**Prompt**
Reproduce the opening lines of the records exactly, up to and including the line in which "#36=IFCINDEXEDPOLYGONALFACE((5,7,8,6));" occurs.

Stored data:
▬▬▬▬▬▬
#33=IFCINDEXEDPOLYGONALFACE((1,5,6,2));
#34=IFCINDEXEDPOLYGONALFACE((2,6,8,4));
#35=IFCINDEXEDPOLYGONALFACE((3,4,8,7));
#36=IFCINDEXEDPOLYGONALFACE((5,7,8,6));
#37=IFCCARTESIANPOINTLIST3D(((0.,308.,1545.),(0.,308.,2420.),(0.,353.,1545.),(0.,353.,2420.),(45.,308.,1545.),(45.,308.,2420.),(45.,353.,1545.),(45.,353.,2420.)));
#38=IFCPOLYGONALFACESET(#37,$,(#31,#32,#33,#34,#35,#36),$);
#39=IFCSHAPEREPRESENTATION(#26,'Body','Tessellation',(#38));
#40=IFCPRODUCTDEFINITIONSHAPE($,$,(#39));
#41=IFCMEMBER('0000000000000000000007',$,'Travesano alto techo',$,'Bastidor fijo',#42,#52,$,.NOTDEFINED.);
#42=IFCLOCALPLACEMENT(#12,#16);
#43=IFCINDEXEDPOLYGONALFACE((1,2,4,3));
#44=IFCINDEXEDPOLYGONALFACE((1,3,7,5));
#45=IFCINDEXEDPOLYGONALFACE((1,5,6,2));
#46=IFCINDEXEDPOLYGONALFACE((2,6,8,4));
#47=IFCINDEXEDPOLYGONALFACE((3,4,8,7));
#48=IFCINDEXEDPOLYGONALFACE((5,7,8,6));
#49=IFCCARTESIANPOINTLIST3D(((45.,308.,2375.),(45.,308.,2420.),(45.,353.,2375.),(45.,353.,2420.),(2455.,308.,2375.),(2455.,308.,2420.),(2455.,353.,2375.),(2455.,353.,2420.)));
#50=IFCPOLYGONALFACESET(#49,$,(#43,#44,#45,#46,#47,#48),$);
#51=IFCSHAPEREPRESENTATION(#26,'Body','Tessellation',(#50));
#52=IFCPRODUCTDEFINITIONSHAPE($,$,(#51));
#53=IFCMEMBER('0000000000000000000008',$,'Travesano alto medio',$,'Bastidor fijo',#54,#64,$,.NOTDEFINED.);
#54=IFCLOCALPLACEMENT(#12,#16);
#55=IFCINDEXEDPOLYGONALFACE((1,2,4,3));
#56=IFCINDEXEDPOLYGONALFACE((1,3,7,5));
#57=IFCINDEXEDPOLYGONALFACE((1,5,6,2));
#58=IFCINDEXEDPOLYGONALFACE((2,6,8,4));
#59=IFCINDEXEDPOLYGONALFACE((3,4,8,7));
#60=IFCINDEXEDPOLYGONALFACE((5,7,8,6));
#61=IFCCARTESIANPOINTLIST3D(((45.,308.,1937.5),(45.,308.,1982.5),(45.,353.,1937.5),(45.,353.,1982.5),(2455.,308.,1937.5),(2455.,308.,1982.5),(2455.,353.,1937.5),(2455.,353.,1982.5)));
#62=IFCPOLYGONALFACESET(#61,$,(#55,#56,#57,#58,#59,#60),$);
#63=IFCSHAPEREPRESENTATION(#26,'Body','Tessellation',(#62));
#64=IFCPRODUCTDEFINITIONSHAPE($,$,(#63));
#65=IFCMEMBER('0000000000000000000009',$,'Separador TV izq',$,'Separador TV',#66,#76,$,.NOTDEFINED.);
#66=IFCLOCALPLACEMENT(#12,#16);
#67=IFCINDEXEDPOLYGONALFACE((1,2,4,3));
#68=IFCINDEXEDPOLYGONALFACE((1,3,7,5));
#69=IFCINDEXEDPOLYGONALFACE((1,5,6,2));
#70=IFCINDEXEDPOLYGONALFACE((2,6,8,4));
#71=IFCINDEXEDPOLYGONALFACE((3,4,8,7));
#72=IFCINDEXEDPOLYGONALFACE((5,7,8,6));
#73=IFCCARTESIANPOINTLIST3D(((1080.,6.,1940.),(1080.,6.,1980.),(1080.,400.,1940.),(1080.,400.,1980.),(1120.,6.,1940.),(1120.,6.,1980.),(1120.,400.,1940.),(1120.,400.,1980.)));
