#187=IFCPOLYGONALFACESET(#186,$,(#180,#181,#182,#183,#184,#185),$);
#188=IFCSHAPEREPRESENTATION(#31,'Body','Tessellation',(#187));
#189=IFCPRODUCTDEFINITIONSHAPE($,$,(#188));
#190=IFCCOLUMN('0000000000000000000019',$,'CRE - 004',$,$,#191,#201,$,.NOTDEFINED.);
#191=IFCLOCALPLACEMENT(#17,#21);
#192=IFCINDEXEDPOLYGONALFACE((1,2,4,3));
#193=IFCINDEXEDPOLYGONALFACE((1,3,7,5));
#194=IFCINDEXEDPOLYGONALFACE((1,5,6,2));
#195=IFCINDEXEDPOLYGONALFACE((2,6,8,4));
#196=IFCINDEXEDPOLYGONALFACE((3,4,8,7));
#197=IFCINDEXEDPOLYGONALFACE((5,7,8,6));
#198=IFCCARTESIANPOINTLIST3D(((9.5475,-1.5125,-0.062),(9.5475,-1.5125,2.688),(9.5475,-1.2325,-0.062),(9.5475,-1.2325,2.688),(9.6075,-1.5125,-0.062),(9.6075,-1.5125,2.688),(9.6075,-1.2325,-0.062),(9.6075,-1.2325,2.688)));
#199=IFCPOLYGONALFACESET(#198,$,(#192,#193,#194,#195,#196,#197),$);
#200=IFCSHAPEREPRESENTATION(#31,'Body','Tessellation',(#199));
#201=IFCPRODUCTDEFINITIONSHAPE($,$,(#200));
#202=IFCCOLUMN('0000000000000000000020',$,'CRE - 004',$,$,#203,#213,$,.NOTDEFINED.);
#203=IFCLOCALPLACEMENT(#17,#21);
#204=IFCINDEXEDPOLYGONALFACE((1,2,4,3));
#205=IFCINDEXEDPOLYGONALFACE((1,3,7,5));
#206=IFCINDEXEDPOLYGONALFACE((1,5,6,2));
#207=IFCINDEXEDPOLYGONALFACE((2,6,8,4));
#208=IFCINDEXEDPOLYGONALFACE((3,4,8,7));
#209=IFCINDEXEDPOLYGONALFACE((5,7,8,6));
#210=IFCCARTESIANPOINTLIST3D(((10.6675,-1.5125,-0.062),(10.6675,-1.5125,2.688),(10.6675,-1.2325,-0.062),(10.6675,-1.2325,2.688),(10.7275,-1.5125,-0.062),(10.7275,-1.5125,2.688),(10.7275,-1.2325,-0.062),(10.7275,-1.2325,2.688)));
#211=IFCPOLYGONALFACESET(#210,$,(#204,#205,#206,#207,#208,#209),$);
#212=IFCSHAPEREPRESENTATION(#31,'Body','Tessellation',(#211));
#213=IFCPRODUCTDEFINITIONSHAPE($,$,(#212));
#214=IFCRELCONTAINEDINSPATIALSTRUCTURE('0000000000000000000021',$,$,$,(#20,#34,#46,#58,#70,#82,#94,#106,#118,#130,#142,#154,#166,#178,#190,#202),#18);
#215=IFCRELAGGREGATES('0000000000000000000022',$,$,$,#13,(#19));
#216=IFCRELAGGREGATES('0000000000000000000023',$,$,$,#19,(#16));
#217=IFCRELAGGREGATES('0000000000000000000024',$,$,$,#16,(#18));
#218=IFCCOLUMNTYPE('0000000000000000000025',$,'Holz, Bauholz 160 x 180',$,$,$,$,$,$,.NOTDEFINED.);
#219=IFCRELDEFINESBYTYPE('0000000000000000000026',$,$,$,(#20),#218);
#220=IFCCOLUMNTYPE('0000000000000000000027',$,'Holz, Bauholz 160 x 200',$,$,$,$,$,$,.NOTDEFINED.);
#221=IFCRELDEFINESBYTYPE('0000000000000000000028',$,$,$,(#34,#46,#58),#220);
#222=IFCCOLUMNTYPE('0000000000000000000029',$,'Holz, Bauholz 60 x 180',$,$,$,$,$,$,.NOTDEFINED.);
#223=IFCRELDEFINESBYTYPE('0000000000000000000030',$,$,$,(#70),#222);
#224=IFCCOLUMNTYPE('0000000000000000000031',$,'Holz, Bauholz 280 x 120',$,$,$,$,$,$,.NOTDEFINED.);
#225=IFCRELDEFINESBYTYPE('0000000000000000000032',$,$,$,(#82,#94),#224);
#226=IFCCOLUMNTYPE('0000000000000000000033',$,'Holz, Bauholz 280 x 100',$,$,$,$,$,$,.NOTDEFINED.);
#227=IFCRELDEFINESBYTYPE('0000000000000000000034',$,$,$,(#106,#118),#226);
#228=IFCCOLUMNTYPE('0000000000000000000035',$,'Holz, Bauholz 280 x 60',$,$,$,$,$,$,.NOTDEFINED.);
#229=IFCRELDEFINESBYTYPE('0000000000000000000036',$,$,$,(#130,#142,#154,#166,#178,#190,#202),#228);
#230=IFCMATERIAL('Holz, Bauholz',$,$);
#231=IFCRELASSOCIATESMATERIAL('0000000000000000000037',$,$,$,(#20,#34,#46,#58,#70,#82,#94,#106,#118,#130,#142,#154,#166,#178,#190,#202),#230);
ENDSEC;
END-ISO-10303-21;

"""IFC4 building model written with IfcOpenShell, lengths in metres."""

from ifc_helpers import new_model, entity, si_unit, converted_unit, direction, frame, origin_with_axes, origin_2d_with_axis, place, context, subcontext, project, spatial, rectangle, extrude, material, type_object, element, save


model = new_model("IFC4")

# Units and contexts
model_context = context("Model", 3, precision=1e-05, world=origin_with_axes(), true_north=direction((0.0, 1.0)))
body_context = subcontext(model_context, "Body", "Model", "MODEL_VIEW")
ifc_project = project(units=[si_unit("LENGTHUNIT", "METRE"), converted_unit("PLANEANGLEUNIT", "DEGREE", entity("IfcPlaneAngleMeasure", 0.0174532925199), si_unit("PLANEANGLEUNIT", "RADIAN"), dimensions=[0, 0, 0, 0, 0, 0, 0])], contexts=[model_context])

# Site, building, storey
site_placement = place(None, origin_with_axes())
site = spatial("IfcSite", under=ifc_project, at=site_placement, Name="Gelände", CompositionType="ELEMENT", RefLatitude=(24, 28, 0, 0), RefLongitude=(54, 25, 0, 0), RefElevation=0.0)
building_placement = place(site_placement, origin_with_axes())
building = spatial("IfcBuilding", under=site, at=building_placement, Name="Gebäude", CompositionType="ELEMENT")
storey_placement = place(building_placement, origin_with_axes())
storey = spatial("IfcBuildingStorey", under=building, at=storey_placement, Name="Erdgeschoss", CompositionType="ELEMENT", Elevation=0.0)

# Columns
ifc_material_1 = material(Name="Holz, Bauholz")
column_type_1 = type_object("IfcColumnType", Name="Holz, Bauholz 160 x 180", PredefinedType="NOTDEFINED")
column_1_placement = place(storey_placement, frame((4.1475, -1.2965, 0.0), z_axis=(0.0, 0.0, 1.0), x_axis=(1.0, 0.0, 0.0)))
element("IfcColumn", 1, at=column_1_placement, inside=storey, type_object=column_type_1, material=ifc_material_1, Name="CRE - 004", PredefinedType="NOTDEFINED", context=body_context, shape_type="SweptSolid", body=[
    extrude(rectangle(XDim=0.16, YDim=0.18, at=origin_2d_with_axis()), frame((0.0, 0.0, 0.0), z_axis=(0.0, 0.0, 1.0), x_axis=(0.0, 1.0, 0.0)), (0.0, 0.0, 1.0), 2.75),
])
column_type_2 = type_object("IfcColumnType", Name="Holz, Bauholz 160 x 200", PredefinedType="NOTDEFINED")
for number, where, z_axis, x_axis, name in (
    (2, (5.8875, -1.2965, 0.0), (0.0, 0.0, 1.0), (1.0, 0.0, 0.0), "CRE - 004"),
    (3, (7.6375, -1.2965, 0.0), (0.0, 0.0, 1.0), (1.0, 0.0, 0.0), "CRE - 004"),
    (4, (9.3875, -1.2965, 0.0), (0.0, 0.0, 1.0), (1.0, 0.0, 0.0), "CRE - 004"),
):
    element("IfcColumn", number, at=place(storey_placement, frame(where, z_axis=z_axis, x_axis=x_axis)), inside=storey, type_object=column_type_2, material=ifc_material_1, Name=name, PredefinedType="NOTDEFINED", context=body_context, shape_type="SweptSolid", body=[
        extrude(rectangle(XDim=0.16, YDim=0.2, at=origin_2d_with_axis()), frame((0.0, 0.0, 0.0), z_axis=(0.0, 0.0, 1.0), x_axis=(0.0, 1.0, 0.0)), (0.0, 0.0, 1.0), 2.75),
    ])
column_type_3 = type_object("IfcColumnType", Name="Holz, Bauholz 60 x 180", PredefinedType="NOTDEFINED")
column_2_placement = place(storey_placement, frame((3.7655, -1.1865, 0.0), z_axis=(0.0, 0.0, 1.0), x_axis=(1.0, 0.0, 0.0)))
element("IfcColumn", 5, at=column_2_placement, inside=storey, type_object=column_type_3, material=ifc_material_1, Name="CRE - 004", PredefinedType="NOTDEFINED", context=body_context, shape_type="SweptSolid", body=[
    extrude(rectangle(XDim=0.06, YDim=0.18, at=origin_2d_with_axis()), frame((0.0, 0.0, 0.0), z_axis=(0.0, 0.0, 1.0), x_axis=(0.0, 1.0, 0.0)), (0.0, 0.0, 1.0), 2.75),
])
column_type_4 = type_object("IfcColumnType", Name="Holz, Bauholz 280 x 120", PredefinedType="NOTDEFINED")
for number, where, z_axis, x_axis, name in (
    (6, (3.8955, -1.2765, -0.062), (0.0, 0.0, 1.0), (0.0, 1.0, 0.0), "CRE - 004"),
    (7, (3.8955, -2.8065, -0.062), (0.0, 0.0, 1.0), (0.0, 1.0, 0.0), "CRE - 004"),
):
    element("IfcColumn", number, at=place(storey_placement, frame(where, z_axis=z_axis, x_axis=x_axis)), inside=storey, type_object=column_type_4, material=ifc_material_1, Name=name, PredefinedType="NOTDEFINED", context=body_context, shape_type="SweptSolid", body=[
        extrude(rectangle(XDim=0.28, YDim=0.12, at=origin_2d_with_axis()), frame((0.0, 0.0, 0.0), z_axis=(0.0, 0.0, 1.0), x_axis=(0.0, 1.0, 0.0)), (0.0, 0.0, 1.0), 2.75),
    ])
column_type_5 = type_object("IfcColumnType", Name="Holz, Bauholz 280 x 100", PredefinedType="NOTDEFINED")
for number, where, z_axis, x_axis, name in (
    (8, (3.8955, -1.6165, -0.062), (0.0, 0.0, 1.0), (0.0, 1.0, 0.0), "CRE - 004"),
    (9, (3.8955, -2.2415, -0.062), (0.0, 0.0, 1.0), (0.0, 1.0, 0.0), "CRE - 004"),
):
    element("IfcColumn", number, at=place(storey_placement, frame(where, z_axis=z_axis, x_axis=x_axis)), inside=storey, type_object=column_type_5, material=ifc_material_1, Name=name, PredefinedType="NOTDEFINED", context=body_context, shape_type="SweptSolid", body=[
▬▬▬▬▬▬
**Output of the task**
#33=IFCINDEXEDPOLYGONALFACE((1,5,6,2));
#34=IFCINDEXEDPOLYGONALFACE((2,6,8,4));
#35=IFCINDEXEDPOLYGONALFACE((3,4,8,7));
#36=IFCINDEXEDPOLYGONALFACE((5,7,8,6));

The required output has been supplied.